Now, let's analyze the remaining options:
B. The graph of y crosses the horizontal axis at t = 10 and t = 20: To determine if the graph crosses the horizontal axis, we need to substitute these values into the equation and check if the resulting y-values are equal to 0.
y = 4(10)^2 + 16(10) + 18
y = 400 + 160 + 18
y = 578
y = 4(20)^2 + 16(20) + 18
y = 1600 + 320 + 18
y = 1938
Since the y-values at t = 10 and t = 20 are not equal to 0, the graph does not cross the horizontal axis at those points. Therefore, option B is incorrect.
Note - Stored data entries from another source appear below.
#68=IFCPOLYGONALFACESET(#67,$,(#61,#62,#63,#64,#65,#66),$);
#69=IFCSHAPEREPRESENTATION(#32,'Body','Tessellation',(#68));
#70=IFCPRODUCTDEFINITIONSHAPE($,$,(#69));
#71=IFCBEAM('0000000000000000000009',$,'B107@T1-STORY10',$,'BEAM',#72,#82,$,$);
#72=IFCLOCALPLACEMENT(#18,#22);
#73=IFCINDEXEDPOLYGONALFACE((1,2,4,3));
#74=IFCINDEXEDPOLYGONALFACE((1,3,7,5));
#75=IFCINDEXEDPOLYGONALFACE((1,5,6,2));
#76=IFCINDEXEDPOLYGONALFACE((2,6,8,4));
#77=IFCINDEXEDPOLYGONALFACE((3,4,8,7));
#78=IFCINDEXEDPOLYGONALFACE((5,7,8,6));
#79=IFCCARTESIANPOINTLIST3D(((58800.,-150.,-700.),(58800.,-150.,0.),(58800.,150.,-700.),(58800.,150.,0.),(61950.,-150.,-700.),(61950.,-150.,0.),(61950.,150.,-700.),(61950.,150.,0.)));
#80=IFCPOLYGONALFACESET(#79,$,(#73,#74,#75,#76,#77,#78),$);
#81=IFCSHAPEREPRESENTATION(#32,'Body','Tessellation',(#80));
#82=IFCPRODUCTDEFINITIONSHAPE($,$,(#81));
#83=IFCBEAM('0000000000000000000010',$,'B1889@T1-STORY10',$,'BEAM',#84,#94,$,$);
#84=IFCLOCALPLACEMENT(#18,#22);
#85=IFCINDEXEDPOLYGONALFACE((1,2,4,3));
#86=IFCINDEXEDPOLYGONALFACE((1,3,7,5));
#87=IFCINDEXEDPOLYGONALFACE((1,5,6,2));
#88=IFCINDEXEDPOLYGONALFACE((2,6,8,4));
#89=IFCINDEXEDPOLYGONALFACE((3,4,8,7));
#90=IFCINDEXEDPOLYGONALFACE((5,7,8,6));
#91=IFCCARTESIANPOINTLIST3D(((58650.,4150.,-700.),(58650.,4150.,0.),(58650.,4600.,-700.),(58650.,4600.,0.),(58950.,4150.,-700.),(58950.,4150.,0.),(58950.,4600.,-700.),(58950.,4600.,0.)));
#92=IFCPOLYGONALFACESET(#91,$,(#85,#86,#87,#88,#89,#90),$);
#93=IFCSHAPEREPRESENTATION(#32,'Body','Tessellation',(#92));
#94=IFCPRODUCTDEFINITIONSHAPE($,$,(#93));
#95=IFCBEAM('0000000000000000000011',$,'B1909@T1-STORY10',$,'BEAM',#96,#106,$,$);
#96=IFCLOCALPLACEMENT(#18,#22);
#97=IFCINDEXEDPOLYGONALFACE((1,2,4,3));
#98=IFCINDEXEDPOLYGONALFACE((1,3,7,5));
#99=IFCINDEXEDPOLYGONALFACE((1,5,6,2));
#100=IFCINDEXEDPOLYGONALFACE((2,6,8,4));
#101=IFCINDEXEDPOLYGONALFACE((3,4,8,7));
D. The function has a maximum at t = 10: To determine if the function has a maximum at t = 10, we can analyze the concavity of the graph. Since the coefficient of t^2 is positive (4), the parabola opens upwards and the vertex represents the minimum point. Therefore, option D is incorrect.
E. The vertex is at (-2, 2): We already found that the vertex of the quadratic equation is (-2, 2). Therefore, option E is correct.
F. The function could represent the height y (in meters) of a particle moving under gravity, as a function of the time t (in seconds): Without any additional information about the function, we cannot determine if it represents the height of a particle moving under gravity. Therefore, option F is incorrect.
G. The graph intercepts the vertical axis at y = 18: To find the y-intercept, we substitute t = 0 into the equation:
y = 4(0)^2 + 16(0) + 18
y = 0 + 0 + 18
y = 18
Since the y-intercept is 18, option G is correct.
H. The slope of the graph of y is always negative: The slope of the graph is determined by the coefficient of t, which is 16. Since 16 is positive, the slope of the graph is positive, not negative. Therefore, option H is incorrect.
In summary, the three correct options are:
A. The graph has a minimum.
E. The vertex is at (-2, 2).
G. The graph intercepts the vertical axis at y = 18.